# Jack And Jill



## bev (Mar 21, 2009)

JACK AND JILL 

Jack was about to marry Jill and his father took him to one side 'When 
I married your mother, the first thing I did when we got home was 
take off my trousers,' he said. 'I gave them to your mother and told 
her to put them on. When she did, they were enormous on her and she 
said to me that she couldn't possibly wear them, as they were too 
large. 'I told her, 'of course they're too big. I wear the trousers in 
this family and I always will.' Ever since that day, we have never had 
a single problem.' 
Jack took his father's advice and as soon as he got 
Jill alone after the wedding, he did the same thing; took off his 
trousers, gave them to Jill and told her to put them on. Jill said 
that the trousers were too big and she couldn't possibly wear them. 
'Exactly,' replied Jack. 'I wear the trousers in this relationship and 
I always will.

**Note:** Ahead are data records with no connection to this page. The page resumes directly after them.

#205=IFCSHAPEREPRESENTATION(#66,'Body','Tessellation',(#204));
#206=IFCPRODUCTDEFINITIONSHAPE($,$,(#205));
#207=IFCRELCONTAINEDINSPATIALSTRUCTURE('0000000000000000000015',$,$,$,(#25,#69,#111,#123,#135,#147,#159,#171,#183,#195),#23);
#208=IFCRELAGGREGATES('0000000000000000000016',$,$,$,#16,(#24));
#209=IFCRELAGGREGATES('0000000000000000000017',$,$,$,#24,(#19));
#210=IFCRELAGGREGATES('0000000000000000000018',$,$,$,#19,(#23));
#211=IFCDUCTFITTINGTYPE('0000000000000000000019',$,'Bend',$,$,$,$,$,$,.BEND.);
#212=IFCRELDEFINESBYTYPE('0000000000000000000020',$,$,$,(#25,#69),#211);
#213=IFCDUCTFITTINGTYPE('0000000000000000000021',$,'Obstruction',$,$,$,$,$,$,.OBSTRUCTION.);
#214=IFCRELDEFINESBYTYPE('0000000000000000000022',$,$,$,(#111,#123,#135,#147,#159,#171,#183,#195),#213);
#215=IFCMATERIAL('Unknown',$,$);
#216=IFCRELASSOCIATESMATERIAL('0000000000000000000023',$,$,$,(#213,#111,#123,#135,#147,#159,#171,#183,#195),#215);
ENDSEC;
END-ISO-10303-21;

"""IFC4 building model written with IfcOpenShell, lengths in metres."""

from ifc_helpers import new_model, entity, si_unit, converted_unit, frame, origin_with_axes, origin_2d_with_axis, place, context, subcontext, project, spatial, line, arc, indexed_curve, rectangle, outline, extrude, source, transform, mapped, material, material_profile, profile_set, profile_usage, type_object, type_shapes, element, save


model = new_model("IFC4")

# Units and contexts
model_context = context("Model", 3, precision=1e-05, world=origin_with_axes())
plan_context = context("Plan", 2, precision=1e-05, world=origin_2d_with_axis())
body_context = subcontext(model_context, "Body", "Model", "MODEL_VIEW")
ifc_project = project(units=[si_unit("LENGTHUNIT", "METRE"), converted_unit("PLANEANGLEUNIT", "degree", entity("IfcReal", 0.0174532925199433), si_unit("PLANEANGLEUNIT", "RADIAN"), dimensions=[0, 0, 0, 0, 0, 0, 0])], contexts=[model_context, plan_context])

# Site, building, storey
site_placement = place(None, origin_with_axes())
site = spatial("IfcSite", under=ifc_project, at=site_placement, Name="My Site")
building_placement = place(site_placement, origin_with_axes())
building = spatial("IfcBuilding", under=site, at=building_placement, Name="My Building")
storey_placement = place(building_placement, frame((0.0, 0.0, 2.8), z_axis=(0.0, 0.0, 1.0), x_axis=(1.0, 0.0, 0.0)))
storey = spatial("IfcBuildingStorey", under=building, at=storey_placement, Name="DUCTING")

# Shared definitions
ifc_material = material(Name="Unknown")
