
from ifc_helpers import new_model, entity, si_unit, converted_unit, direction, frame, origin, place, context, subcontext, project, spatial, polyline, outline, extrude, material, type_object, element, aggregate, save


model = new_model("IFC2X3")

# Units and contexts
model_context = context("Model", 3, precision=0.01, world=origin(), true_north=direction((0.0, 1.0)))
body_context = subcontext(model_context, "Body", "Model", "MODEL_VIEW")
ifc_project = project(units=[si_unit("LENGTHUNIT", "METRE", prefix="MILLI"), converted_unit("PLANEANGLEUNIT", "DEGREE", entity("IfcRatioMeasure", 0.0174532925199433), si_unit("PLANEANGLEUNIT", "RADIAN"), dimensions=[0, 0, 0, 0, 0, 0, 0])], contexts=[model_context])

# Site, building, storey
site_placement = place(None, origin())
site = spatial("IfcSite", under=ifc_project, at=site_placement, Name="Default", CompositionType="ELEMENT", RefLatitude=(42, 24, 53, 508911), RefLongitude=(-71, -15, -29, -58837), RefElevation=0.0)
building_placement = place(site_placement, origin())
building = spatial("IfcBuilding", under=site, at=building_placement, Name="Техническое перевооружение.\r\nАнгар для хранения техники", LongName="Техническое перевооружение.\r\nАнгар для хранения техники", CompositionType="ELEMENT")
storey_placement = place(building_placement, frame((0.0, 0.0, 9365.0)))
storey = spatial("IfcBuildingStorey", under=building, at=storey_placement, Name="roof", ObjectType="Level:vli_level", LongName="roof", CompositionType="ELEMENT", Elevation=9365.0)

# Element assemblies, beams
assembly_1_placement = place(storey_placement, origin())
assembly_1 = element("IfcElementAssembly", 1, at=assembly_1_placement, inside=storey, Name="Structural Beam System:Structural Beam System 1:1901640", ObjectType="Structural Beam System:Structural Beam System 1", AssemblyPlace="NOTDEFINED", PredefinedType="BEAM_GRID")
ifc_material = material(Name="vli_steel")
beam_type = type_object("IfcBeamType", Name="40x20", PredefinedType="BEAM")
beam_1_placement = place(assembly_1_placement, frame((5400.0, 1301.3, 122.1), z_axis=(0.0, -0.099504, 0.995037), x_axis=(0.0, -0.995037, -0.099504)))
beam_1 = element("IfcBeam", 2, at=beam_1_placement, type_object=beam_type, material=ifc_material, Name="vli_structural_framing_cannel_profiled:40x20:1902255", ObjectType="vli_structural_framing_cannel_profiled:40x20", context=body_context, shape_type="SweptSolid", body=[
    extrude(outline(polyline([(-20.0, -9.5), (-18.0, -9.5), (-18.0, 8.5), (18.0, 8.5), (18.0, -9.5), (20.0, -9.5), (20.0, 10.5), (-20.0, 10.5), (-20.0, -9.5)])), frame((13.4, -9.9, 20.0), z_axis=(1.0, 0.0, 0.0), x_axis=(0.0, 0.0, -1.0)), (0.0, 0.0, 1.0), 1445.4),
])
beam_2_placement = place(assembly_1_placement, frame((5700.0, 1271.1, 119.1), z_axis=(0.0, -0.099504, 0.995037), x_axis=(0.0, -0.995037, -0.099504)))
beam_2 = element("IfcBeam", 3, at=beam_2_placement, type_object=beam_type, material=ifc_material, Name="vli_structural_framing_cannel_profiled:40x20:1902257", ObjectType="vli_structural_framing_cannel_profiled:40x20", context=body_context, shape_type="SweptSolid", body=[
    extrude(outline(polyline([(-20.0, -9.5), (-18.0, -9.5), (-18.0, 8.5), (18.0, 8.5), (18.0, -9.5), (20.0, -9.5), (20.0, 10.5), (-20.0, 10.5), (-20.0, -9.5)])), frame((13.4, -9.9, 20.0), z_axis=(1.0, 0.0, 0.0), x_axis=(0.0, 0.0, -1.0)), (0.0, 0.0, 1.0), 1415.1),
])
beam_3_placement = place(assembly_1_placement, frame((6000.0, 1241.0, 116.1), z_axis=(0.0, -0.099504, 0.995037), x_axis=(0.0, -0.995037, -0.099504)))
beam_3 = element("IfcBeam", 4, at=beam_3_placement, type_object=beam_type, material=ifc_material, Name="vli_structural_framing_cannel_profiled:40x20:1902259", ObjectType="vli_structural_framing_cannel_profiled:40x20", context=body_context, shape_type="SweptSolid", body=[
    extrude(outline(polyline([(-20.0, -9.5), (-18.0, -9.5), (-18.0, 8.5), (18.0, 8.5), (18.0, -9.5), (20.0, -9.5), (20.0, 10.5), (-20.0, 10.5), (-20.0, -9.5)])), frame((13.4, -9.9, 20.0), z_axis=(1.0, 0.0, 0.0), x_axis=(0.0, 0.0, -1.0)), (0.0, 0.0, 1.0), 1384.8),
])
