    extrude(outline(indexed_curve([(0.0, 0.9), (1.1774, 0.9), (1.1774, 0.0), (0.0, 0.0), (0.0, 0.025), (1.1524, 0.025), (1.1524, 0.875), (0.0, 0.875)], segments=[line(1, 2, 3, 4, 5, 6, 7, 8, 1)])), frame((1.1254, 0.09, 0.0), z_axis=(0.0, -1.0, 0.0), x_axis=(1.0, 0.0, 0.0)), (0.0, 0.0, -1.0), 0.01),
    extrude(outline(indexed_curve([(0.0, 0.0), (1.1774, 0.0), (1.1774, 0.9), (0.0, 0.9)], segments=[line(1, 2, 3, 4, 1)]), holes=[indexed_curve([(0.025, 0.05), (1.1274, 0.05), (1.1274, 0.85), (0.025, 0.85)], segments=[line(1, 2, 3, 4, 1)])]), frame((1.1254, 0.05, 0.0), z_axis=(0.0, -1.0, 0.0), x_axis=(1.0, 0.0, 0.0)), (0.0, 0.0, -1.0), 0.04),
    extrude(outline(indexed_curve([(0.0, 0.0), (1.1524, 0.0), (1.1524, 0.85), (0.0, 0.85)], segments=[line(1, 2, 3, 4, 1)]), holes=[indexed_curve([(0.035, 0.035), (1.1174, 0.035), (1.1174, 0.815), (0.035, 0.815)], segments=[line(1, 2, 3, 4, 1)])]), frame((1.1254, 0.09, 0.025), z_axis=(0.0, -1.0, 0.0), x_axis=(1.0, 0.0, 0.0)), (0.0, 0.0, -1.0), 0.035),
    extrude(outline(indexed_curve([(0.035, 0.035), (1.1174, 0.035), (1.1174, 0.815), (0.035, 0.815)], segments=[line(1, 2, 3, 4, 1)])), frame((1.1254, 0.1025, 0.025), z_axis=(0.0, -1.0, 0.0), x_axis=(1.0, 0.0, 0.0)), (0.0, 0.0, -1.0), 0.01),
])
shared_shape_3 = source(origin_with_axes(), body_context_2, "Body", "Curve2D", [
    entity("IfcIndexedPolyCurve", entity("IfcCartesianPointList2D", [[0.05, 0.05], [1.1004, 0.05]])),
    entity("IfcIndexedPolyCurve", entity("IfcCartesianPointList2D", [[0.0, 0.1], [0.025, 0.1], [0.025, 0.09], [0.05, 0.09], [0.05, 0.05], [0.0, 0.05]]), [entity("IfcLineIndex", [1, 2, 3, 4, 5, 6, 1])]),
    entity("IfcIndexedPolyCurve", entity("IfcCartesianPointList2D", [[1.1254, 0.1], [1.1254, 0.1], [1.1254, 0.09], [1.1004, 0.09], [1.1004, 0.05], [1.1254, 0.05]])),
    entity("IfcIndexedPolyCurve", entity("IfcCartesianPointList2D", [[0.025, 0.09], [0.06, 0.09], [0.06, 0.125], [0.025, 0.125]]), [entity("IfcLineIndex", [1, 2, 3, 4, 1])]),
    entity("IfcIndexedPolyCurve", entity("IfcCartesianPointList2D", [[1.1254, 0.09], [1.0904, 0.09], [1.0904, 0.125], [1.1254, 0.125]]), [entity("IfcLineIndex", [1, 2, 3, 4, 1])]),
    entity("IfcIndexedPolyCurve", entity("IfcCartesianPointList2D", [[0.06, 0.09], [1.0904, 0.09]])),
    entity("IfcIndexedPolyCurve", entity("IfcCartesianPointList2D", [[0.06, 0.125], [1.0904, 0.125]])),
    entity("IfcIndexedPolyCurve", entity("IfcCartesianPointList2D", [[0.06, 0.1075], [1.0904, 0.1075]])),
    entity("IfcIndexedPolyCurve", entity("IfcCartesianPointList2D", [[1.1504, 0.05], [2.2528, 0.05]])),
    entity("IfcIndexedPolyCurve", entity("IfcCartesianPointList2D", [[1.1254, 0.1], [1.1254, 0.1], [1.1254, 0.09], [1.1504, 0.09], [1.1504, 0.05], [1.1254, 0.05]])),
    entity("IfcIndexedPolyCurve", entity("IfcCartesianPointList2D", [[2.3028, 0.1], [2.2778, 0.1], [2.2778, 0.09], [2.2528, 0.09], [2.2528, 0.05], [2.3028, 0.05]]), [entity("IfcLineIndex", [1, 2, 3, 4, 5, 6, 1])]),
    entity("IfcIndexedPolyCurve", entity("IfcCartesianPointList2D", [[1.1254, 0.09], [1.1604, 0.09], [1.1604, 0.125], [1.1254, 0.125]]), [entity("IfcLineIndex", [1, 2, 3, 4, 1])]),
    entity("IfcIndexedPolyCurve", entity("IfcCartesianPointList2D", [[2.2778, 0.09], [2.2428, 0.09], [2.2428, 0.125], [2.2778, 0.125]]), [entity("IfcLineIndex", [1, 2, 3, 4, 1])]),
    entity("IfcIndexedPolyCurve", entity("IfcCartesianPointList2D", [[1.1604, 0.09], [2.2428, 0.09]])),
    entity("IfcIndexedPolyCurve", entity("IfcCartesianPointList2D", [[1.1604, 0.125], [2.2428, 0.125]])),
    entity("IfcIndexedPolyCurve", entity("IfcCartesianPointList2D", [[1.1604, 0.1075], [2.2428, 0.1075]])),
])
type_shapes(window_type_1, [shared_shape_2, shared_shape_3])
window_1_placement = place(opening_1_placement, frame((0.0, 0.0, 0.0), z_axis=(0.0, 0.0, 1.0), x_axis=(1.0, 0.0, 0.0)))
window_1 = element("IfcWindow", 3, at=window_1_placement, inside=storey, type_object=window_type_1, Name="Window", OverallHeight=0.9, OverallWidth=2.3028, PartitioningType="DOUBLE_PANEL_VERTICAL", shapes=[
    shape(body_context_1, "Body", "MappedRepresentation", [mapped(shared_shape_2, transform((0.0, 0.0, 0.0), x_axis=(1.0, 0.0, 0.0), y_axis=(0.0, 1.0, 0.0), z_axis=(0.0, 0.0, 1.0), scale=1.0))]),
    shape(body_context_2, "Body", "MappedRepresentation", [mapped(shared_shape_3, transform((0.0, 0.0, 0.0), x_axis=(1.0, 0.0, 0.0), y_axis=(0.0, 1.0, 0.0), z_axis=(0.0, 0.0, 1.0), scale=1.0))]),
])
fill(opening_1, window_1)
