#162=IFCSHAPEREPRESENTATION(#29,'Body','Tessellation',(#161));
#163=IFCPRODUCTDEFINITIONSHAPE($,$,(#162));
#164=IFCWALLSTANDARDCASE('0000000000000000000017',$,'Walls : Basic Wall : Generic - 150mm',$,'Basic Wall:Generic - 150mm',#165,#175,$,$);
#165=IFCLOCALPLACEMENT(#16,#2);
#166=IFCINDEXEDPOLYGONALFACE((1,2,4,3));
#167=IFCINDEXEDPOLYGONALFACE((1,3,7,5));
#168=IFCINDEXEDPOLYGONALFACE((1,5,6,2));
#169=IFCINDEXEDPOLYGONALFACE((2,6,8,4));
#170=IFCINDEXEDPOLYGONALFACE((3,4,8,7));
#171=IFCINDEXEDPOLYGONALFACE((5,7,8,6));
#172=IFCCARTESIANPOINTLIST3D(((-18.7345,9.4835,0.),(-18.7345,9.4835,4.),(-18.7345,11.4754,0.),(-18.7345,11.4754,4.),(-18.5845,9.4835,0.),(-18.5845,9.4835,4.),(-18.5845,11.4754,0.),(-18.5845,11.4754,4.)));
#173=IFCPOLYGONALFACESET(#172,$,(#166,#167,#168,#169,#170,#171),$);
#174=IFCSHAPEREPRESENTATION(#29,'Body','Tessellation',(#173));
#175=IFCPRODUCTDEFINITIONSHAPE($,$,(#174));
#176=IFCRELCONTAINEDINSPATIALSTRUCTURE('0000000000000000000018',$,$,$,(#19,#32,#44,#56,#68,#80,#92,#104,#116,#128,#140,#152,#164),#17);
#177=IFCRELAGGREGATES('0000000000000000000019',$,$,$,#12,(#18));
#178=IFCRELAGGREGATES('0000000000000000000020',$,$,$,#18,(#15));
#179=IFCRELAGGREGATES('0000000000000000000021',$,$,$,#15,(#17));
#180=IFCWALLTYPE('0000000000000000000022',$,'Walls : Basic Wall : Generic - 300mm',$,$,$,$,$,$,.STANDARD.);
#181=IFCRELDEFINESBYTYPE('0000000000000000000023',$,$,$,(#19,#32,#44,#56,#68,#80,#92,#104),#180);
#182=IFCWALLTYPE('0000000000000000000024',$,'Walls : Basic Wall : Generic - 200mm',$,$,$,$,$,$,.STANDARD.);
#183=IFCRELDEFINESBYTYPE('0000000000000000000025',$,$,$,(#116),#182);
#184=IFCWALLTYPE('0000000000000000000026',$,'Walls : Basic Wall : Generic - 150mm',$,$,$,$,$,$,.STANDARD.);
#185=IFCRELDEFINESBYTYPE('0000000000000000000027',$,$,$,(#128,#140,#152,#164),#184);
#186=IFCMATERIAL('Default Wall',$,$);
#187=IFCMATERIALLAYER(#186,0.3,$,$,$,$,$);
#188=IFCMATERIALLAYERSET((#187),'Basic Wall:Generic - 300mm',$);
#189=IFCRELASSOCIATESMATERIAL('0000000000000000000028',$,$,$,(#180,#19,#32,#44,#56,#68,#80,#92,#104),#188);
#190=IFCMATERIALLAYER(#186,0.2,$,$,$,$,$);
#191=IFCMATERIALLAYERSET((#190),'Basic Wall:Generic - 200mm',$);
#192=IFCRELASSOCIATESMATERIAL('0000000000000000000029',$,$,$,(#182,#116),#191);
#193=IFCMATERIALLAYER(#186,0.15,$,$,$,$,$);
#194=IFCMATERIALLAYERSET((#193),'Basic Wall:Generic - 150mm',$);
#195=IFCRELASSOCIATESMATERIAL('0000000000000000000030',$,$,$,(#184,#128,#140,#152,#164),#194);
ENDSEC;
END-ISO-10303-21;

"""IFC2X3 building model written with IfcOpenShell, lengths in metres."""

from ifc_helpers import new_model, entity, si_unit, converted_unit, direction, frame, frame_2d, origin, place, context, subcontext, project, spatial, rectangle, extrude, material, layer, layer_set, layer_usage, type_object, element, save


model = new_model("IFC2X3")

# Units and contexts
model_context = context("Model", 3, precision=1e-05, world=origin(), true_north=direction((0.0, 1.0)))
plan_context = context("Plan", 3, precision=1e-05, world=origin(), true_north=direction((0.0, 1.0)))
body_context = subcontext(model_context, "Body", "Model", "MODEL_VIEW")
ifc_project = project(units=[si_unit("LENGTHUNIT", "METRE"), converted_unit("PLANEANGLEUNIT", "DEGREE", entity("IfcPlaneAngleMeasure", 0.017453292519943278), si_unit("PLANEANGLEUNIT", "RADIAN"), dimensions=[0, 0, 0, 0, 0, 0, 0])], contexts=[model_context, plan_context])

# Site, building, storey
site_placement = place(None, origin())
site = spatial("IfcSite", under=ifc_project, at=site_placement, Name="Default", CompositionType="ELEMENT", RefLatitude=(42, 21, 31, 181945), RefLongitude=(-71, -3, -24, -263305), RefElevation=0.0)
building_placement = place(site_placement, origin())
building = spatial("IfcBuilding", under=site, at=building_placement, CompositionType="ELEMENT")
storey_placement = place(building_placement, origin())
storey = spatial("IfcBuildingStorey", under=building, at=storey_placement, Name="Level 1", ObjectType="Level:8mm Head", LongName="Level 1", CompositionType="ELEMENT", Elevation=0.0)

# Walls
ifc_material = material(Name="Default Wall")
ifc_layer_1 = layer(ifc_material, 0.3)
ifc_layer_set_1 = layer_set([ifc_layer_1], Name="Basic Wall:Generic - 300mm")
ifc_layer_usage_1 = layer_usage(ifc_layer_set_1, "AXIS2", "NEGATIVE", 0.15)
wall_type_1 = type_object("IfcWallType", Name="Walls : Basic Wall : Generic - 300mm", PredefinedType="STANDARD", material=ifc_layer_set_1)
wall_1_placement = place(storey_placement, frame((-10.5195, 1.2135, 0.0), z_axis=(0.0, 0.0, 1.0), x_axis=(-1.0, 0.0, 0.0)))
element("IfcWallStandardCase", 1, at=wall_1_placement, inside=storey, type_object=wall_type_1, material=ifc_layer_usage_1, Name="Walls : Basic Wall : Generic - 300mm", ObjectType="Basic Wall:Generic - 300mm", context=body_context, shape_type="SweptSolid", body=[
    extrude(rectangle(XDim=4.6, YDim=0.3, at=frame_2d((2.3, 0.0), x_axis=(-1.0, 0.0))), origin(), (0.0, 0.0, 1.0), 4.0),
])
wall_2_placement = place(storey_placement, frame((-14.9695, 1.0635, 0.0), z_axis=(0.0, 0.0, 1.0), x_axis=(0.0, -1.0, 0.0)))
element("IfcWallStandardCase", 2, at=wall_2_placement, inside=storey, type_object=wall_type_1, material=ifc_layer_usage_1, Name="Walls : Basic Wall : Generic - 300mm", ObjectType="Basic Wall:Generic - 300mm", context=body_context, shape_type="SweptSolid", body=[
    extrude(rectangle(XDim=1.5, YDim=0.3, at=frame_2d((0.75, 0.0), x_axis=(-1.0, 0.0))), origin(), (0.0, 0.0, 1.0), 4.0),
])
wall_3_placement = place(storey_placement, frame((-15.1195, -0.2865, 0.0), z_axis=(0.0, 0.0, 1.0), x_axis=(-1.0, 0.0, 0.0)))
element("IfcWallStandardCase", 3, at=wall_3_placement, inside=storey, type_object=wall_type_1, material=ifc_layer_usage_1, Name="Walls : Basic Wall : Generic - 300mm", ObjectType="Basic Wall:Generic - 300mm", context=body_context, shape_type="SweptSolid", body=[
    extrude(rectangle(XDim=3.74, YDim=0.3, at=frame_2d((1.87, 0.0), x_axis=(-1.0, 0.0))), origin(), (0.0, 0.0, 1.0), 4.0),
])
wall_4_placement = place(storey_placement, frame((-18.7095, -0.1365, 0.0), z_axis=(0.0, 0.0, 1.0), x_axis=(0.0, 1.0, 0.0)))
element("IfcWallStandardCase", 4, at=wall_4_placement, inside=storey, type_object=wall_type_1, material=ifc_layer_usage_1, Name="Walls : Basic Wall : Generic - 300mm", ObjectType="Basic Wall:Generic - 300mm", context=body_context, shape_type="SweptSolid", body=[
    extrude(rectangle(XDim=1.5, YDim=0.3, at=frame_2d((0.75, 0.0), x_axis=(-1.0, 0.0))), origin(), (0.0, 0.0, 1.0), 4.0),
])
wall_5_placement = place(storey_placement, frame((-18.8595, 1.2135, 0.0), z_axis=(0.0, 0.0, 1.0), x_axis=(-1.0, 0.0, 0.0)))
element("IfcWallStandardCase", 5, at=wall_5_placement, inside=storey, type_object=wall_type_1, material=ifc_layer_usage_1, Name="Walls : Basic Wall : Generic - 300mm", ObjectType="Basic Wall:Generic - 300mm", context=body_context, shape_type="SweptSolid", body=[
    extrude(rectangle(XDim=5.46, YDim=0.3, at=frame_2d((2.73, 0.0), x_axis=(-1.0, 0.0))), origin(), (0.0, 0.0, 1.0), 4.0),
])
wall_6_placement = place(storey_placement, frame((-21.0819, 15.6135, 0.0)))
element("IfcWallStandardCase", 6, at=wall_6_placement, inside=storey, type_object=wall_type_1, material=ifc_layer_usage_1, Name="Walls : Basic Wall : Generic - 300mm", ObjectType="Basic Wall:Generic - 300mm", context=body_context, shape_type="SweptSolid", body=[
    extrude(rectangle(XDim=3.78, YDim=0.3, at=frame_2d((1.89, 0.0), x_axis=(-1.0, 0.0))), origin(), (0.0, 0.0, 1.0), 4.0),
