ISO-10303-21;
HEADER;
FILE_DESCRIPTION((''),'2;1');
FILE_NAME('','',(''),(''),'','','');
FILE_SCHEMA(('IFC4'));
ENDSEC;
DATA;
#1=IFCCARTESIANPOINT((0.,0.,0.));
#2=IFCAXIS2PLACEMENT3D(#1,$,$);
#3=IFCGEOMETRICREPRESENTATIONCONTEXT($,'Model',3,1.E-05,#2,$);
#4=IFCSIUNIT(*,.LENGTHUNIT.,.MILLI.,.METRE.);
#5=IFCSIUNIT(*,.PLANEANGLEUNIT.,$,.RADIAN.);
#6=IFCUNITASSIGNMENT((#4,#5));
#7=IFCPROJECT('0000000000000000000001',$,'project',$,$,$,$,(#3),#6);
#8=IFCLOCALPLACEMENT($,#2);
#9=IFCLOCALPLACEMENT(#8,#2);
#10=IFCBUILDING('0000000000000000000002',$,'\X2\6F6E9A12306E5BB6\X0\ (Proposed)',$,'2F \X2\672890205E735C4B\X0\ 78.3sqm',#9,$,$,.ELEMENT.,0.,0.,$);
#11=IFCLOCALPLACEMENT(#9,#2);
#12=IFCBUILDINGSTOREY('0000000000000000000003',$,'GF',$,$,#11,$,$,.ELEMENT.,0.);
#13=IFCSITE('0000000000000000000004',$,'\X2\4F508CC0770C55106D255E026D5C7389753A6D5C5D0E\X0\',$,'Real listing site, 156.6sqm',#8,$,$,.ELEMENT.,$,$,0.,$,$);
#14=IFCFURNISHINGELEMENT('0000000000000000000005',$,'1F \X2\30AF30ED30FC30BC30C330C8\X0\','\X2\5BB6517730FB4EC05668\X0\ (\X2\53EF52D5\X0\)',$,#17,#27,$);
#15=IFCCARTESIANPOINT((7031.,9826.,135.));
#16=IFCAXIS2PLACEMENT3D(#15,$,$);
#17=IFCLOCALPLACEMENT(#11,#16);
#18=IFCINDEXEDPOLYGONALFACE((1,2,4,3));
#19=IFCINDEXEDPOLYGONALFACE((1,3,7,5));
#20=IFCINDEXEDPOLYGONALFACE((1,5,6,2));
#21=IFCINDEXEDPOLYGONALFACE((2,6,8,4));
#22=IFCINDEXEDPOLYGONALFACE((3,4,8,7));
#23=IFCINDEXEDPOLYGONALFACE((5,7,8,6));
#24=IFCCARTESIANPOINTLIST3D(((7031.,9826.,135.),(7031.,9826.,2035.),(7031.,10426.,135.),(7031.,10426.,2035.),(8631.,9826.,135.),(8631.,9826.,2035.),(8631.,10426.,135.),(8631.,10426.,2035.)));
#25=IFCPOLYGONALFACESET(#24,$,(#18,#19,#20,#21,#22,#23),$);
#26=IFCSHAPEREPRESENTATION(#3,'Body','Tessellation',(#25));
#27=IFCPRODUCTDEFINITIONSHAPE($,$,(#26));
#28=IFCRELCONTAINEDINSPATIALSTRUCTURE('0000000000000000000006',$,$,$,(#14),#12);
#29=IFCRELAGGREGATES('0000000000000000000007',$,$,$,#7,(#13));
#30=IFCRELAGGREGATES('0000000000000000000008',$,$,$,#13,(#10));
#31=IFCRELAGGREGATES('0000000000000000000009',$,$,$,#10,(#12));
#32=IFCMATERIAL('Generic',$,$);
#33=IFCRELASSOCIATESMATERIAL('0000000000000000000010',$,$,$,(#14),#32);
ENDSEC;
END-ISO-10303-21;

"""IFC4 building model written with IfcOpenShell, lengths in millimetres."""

from ifc_helpers import new_model, si_unit, frame, frame_2d, origin, place, context, project, spatial, rectangle, extrude, material, element, save


model = new_model("IFC4")

# Units and contexts
model_context = context("Model", 3, precision=1e-05, world=origin())
ifc_project = project(units=[si_unit("LENGTHUNIT", "METRE", prefix="MILLI"), si_unit("PLANEANGLEUNIT", "RADIAN")], contexts=[model_context])

# Site, building, storey
site_placement = place(None, origin())
site = spatial("IfcSite", under=ifc_project, at=site_placement, Name="佐賀県唐津市浜玉町浜崎", ObjectType="Real listing site, 156.6sqm", CompositionType="ELEMENT", RefElevation=0.0)
building_placement = place(site_placement, origin())
building = spatial("IfcBuilding", under=site, at=building_placement, Name="潮騒の家 (Proposed)", ObjectType="2F 木造平屋 78.3sqm", CompositionType="ELEMENT", ElevationOfRefHeight=0.0, ElevationOfTerrain=0.0)
storey_placement = place(building_placement, origin())
storey = spatial("IfcBuildingStorey", under=building, at=storey_placement, Name="GF", CompositionType="ELEMENT", Elevation=0.0)

# Shared definitions
ifc_material_1 = material(Name="Generic")

# Furnishing element
furnishing_placement = place(storey_placement, frame((7031.0, 9826.0, 135.0)))
element("IfcFurnishingElement", 1, at=furnishing_placement, inside=storey, material=ifc_material_1, Name="1F クローゼット", Description="家具・什器 (可動)", context=model_context, shape_type="SweptSolid", body=[
    extrude(rectangle(XDim=1600.0, YDim=600.0, at=frame_2d((800.0, 300.0))), frame((7031.0, 9826.0, 135.0)), (0.0, 0.0, 1.0), 1900.0),
])

save(model, "model.ifc")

I don't want you to forget that.' Jill paused and 
removed her knickers and gave them to Jack. 'Try these on,' she said, 
so he tried them on but they were too small. 'I can't possibly get 
into your knickers,' said Jack. 'Exactly,' replied Jill. 'And if you 
don't change your f *** ing attitude, you never will.' 


Bev


----------



## kojack (Mar 21, 2009)

So diabetes isn't the only cause of ED !!


----------



## Einstein (Mar 22, 2009)

John,

Seems wearing ladies undies can also be a cause, especially if your wife catches you - I presume!


----------



## Steff (Mar 22, 2009)

gdgd


----------



## HOBIE (May 20, 2019)

bev said:


> JACK AND JILL
> 
> Jack was about to marry Jill and his father took him to one side 'When
> I married your mother, the first thing I did when we got home was
> ...


The old ones are the best


----------